◆ Records for this exercise

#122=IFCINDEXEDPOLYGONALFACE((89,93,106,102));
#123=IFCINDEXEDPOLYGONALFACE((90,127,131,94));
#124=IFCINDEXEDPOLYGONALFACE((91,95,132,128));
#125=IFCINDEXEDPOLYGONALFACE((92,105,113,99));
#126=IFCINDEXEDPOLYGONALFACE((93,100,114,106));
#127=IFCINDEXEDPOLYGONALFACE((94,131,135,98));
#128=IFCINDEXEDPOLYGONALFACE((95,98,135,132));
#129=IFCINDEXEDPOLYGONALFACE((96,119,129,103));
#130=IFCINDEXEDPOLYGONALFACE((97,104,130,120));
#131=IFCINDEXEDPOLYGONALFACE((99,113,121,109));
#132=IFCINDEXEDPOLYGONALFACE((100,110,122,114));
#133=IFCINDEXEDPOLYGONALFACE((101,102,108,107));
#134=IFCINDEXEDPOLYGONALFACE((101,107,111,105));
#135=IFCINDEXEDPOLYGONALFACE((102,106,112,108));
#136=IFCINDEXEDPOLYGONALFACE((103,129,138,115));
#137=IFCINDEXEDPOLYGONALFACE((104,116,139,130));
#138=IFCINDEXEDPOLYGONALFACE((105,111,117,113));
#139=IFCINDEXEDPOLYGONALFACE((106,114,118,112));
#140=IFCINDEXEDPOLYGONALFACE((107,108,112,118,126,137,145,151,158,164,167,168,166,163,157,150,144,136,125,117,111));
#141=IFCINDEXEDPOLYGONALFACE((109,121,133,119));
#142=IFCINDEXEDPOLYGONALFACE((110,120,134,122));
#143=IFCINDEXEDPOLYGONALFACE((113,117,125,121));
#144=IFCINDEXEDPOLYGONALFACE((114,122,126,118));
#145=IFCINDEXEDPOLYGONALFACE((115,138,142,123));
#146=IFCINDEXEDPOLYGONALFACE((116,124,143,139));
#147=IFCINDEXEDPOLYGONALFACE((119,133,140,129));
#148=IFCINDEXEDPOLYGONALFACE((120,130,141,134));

◆ The task
Give back the material in full, word for word.

◆ Completed exercise
#122=IFCINDEXEDPOLYGONALFACE((89,93,106,102));
#123=IFCINDEXEDPOLYGONALFACE((90,127,131,94));
#124=IFCINDEXEDPOLYGONALFACE((91,95,132,128));
#125=IFCINDEXEDPOLYGONALFACE((92,105,113,99));
#126=IFCINDEXEDPOLYGONALFACE((93,100,114,106));
#127=IFCINDEXEDPOLYGONALFACE((94,131,135,98));
#128=IFCINDEXEDPOLYGONALFACE((95,98,135,132));
#129=IFCINDEXEDPOLYGONALFACE((96,119,129,103));
#130=IFCINDEXEDPOLYGONALFACE((97,104,130,120));
#131=IFCINDEXEDPOLYGONALFACE((99,113,121,109));
#132=IFCINDEXEDPOLYGONALFACE((100,110,122,114));
#133=IFCINDEXEDPOLYGONALFACE((101,102,108,107));
#134=IFCINDEXEDPOLYGONALFACE((101,107,111,105));
#135=IFCINDEXEDPOLYGONALFACE((102,106,112,108));
#136=IFCINDEXEDPOLYGONALFACE((103,129,138,115));
#137=IFCINDEXEDPOLYGONALFACE((104,116,139,130));
#138=IFCINDEXEDPOLYGONALFACE((105,111,117,113));
#139=IFCINDEXEDPOLYGONALFACE((106,114,118,112));
#140=IFCINDEXEDPOLYGONALFACE((107,108,112,118,126,137,145,151,158,164,167,168,166,163,157,150,144,136,125,117,111));
#141=IFCINDEXEDPOLYGONALFACE((109,121,133,119));
#142=IFCINDEXEDPOLYGONALFACE((110,120,134,122));
#143=IFCINDEXEDPOLYGONALFACE((113,117,125,121));
#144=IFCINDEXEDPOLYGONALFACE((114,122,126,118));
#145=IFCINDEXEDPOLYGONALFACE((115,138,142,123));
#146=IFCINDEXEDPOLYGONALFACE((116,124,143,139));
#147=IFCINDEXEDPOLYGONALFACE((119,133,140,129));
#148=IFCINDEXEDPOLYGONALFACE((120,130,141,134));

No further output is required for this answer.